When you are satisfied with the function behavior, you can publish it.

  1. In Solution Explorer, right-click the project and select Publish. Choose Create New > Publish.

  2. If you haven't already connected Visual Studio to your Azure account, select Add an account....

  3. Follow the on-screen prompts. You are asked to specify the Azure account, the resource group, the hosting plan, and the storage account you want to use. You can create a new resource group, a new hosting plan, and a storage account if you don't already have these. When finished, select Create

  4. After the deployment is complete, note the Site URL. It is the address of your function app in Azure.

  5. In the Azure portal, navigate to the Resource Group, and look for the Translate Function you published. Under the Manage section, you should see Host Keys. Select the Copy icon for the default host key.

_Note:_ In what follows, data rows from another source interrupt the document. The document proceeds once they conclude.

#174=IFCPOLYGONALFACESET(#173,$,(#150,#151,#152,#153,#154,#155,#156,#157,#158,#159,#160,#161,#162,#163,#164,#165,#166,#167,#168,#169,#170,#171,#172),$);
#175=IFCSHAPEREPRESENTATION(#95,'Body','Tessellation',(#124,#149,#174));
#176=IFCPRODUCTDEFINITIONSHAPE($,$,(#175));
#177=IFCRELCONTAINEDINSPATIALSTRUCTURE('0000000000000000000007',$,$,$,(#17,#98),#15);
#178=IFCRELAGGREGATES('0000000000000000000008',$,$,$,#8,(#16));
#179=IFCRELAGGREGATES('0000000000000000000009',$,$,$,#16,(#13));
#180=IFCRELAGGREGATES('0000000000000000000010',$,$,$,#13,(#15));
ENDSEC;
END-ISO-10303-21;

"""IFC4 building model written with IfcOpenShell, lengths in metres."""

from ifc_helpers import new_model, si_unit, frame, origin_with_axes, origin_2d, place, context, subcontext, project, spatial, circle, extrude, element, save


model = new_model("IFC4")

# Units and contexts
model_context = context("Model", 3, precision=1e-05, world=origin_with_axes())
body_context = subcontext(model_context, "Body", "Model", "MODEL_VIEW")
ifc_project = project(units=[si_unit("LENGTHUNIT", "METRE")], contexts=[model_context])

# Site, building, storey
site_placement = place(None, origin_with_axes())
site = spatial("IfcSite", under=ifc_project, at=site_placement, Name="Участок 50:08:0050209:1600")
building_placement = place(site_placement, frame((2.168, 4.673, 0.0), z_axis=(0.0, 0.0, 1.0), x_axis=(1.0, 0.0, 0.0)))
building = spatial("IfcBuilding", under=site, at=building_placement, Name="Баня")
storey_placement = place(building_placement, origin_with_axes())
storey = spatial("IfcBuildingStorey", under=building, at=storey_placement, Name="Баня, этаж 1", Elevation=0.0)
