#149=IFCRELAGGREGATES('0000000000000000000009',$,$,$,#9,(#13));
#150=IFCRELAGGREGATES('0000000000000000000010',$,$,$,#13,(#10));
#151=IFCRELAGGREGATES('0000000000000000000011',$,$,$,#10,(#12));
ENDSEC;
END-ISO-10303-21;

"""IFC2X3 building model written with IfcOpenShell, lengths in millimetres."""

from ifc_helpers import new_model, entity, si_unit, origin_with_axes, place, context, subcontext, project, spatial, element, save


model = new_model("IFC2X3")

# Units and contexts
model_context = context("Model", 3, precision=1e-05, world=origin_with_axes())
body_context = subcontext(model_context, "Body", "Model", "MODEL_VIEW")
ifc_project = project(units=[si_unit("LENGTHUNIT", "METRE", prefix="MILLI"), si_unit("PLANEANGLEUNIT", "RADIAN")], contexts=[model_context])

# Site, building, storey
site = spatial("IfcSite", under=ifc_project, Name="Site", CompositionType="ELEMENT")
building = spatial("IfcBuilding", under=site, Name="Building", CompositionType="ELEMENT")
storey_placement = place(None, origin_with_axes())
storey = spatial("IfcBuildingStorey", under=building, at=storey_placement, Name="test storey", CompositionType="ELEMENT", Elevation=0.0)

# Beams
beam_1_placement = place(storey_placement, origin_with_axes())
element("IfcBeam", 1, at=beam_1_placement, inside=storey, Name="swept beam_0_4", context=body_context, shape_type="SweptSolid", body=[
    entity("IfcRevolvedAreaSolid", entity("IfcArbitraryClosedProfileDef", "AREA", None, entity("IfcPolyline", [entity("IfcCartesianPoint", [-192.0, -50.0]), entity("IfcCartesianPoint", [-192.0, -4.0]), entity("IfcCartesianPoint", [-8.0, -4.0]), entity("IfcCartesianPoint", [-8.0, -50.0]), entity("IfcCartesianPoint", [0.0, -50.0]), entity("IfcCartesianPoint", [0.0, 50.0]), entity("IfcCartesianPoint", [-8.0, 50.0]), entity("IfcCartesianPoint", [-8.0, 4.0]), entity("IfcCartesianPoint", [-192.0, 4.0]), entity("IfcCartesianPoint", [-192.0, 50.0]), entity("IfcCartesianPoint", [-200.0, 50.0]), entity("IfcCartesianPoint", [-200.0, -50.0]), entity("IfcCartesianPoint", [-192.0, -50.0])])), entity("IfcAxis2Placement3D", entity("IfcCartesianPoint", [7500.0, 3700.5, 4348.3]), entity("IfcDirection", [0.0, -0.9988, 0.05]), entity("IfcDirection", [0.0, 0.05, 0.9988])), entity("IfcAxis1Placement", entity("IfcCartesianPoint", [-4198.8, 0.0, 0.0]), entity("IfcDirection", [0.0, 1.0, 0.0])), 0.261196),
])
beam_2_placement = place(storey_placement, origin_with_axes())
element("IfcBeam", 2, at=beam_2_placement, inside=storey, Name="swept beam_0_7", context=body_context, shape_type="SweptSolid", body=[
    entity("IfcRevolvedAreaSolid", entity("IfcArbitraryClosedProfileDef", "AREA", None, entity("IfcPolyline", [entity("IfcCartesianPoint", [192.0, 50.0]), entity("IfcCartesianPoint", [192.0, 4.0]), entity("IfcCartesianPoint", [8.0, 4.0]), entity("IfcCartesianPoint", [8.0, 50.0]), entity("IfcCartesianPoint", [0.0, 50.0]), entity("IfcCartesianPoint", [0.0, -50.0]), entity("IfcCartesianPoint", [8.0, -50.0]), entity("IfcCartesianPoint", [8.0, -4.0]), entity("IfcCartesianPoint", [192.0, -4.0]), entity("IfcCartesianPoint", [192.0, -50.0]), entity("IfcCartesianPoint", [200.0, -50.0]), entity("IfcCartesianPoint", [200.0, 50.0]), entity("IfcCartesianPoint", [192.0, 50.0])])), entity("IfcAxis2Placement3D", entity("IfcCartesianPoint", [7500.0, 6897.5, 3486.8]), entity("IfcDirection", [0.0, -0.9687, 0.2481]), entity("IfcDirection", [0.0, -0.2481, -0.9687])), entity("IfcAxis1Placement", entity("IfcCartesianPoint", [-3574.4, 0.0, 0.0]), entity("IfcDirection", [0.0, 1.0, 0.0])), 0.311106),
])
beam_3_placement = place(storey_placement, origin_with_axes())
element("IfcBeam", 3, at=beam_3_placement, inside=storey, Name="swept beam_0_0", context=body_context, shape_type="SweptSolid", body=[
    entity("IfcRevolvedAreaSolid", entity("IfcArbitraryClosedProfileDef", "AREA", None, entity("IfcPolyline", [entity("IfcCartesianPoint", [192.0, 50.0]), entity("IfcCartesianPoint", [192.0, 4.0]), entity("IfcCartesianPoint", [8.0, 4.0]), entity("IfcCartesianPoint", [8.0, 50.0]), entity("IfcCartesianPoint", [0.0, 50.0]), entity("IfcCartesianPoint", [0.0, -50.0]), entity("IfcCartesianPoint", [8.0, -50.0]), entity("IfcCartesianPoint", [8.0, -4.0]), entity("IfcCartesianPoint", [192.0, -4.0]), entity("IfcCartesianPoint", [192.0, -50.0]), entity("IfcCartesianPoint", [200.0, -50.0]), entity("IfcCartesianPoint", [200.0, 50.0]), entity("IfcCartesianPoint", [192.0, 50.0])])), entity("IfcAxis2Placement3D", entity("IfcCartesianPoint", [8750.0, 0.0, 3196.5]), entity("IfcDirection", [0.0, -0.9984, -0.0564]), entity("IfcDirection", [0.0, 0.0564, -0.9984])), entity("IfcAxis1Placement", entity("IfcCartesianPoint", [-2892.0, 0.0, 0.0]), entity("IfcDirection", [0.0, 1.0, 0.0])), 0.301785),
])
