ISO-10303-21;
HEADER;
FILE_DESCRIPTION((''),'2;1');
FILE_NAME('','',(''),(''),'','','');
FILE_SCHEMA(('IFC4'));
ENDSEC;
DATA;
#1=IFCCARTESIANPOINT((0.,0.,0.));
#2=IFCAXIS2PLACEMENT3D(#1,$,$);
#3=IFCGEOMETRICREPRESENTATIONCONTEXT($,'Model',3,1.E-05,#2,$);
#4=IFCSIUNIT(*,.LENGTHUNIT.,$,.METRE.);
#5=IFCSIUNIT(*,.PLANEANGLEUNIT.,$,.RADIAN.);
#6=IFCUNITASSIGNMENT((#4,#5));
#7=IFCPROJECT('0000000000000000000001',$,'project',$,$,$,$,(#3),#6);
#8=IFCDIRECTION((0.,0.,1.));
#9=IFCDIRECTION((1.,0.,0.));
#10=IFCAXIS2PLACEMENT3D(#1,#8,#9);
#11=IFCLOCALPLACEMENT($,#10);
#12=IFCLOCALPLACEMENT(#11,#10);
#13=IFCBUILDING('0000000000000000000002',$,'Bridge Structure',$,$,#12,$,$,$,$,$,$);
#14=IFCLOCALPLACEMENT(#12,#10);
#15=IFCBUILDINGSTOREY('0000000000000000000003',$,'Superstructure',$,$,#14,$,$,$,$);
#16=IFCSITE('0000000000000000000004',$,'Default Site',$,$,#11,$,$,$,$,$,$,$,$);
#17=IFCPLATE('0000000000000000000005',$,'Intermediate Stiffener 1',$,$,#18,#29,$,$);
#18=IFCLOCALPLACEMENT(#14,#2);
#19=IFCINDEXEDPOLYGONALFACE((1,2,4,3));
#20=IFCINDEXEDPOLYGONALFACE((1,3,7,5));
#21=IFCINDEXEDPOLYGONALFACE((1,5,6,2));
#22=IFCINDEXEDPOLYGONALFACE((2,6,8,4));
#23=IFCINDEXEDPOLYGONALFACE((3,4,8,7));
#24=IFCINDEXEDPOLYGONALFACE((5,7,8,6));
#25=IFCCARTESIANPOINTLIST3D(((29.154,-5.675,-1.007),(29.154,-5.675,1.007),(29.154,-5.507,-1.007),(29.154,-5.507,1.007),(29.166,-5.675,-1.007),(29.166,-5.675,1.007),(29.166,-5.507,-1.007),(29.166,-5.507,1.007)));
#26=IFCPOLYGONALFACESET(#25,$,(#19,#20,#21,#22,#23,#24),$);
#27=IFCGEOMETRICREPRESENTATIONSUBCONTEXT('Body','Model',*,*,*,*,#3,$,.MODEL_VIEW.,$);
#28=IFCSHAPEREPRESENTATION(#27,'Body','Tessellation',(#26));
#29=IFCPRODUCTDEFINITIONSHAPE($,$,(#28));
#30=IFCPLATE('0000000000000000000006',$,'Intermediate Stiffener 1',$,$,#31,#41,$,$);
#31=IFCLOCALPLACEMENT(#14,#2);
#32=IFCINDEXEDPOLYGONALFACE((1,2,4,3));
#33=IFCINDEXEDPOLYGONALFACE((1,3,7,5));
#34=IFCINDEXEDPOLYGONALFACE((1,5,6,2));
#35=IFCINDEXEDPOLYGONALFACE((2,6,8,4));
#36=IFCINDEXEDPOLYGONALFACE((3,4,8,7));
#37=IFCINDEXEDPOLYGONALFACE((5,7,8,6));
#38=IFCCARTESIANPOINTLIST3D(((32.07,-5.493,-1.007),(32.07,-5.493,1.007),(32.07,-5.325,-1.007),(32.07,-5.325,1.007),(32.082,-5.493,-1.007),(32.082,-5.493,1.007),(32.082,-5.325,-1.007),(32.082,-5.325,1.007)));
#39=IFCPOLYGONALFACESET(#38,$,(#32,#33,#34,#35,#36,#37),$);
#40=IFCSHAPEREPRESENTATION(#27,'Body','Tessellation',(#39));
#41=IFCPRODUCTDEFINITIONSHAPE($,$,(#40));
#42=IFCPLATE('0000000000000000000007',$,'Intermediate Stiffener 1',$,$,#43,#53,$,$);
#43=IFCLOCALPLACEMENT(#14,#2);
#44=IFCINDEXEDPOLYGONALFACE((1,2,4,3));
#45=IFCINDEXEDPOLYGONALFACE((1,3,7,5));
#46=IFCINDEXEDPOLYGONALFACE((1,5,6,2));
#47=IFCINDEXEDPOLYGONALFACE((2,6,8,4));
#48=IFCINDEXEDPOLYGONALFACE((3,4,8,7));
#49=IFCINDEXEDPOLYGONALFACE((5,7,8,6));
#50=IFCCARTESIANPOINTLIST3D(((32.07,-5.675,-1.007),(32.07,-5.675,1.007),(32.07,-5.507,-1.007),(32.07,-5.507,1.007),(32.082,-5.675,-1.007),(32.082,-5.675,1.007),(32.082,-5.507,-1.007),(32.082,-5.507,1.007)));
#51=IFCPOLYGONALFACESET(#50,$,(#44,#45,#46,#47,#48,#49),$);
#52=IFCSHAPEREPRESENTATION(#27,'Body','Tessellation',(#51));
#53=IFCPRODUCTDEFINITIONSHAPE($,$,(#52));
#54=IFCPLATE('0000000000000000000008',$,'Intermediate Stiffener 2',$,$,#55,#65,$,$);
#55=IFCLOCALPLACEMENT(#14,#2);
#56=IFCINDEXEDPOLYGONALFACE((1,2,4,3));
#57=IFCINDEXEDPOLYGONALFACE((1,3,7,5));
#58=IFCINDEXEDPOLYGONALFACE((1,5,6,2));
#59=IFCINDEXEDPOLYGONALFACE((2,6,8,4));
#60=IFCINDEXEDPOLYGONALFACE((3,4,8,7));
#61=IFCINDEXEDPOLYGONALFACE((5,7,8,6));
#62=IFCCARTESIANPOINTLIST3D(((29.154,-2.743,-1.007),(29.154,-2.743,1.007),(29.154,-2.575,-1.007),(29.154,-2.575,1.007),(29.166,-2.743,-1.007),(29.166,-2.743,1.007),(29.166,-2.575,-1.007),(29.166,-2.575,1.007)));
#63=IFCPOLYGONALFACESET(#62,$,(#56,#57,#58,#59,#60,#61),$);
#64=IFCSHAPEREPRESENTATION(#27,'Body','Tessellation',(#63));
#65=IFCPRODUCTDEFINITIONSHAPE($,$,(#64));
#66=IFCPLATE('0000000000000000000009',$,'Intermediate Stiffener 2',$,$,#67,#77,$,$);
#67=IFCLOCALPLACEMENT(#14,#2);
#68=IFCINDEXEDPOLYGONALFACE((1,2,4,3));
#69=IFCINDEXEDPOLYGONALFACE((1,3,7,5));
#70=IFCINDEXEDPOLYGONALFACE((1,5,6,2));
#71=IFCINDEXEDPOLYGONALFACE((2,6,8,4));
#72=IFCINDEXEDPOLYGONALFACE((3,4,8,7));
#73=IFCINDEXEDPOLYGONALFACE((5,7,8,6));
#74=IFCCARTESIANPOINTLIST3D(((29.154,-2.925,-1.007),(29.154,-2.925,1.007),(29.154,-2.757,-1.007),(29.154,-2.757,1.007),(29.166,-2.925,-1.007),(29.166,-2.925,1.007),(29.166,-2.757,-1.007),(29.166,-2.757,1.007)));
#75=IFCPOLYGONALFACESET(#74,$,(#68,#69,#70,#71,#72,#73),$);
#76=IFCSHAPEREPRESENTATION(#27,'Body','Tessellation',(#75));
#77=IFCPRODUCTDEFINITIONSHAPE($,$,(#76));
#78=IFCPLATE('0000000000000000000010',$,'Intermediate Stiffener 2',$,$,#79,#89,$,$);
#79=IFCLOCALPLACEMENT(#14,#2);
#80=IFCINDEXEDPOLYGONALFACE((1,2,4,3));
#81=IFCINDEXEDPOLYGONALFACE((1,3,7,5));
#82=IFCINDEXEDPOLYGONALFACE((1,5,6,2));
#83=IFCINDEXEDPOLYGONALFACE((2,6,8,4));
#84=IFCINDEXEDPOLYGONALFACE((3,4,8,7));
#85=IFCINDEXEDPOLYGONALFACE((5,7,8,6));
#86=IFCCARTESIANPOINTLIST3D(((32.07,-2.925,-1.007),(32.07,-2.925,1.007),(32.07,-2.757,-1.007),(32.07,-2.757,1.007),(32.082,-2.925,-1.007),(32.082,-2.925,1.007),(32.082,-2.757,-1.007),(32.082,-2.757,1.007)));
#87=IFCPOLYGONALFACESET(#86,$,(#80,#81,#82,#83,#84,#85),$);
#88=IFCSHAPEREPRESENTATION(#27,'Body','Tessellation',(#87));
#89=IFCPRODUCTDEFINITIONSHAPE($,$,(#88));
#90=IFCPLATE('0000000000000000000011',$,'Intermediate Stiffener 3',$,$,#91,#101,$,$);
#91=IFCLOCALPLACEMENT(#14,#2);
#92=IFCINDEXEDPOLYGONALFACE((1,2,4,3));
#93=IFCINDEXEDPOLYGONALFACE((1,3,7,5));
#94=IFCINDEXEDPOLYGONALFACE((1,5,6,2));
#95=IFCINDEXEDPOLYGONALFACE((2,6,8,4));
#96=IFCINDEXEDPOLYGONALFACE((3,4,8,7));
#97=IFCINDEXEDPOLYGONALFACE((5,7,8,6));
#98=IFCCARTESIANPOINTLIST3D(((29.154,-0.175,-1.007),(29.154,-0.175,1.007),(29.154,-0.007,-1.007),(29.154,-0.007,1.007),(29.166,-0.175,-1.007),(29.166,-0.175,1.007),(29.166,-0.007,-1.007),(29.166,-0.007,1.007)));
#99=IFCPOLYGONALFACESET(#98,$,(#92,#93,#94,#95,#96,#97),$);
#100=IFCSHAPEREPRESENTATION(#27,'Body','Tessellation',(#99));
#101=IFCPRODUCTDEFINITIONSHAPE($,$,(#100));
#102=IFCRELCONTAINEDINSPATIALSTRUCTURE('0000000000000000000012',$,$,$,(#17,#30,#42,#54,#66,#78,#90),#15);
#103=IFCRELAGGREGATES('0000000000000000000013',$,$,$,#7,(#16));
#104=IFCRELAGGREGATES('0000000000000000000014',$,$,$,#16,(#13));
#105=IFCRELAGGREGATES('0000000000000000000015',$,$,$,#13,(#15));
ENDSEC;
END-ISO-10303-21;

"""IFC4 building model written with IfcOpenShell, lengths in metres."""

from ifc_helpers import new_model, si_unit, frame, origin, origin_with_axes, origin_2d_with_axis, place, context, subcontext, project, spatial, rectangle, extrude, element, save


model = new_model("IFC4")

# Units and contexts
model_context = context("Model", 3, precision=1e-05, world=origin())
body_context = subcontext(model_context, "Body", "Model", "MODEL_VIEW")
ifc_project = project(units=[si_unit("LENGTHUNIT", "METRE"), si_unit("PLANEANGLEUNIT", "RADIAN")], contexts=[model_context])

# Site, building, storey
site_placement = place(None, origin_with_axes())
site = spatial("IfcSite", under=ifc_project, at=site_placement, Name="Default Site")
building_placement = place(site_placement, origin_with_axes())
building = spatial("IfcBuilding", under=site, at=building_placement, Name="Bridge Structure")
storey_placement = place(building_placement, origin_with_axes())
storey = spatial("IfcBuildingStorey", under=building, at=storey_placement, Name="Superstructure")

# Plates
for number, where, z_axis, x_axis, name in (
    (1, (29.16, -5.591, -1.007), (0.0, 0.0, 1.0), (1.0, 0.0, 0.0), "Intermediate Stiffener 1"),
    (2, (32.076, -5.409, -1.007), (0.0, 0.0, 1.0), (1.0, 0.0, 0.0), "Intermediate Stiffener 1"),
    (3, (32.076, -5.591, -1.007), (0.0, 0.0, 1.0), (1.0, 0.0, 0.0), "Intermediate Stiffener 1"),
    (4, (29.16, -2.659, -1.007), (0.0, 0.0, 1.0), (1.0, 0.0, 0.0), "Intermediate Stiffener 2"),
    (5, (29.16, -2.841, -1.007), (0.0, 0.0, 1.0), (1.0, 0.0, 0.0), "Intermediate Stiffener 2"),
    (6, (32.076, -2.841, -1.007), (0.0, 0.0, 1.0), (1.0, 0.0, 0.0), "Intermediate Stiffener 2"),
    (7, (29.16, -0.091, -1.007), (0.0, 0.0, 1.0), (1.0, 0.0, 0.0), "Intermediate Stiffener 3"),
):
    element("IfcPlate", number, at=place(storey_placement, frame(where, z_axis=z_axis, x_axis=x_axis)), inside=storey, Name=name, context=body_context, shape_type="SweptSolid", body=[
        extrude(rectangle(XDim=0.012, YDim=0.168, at=origin_2d_with_axis()), origin_with_axes(), (0.0, 0.0, 1.0), 2.014),
    ])

save(model, "model.ifc")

Test the function in Azure

Now that you have the default host key, test your function as follows:

POST https://translatecogsrch.azurewebsites.net/api/Translate?code=[enter default host key here]

Request Body

{
   "values": [
        {
            "recordId": "a1",
            "data":
            {
               "text":  "Este es un contrato en Inglés",
               "language": "en"
            }
        }
   ]
}

This should produce a similar result to the one you saw previously when running the function in the local environment.

Connect to your pipeline

Now that you have a new custom skill, you can add it to your skillset. The example below shows you how to call the skill. Because the skill doesn't handle batches, add an instruction for maximum batch size to be just 1 to send documents one at a time.

{
    "skills": [
      ...,  
      {
        "@odata.type": "#Microsoft.Skills.Custom.WebApiSkill",
        "description": "Our new translator custom skill",
        "uri": "http://translatecogsrch.azurewebsites.net/api/Translate?code=[enter default host key here]",
        "batchSize":1,
        "context": "/document",
        "inputs": [
          {
            "name": "text",
            "source": "/document/content"
          },
          {
            "name": "language",
            "source": "/document/destinationLanguage"
          }
        ],
        "outputs": [
          {
            "name": "text",
            "targetName": "translatedText"
          }
        ]
      }
  ]
}

Next Steps

Congratulations! You have created your first custom enricher. Now you can follow the same pattern to add your own custom functionality.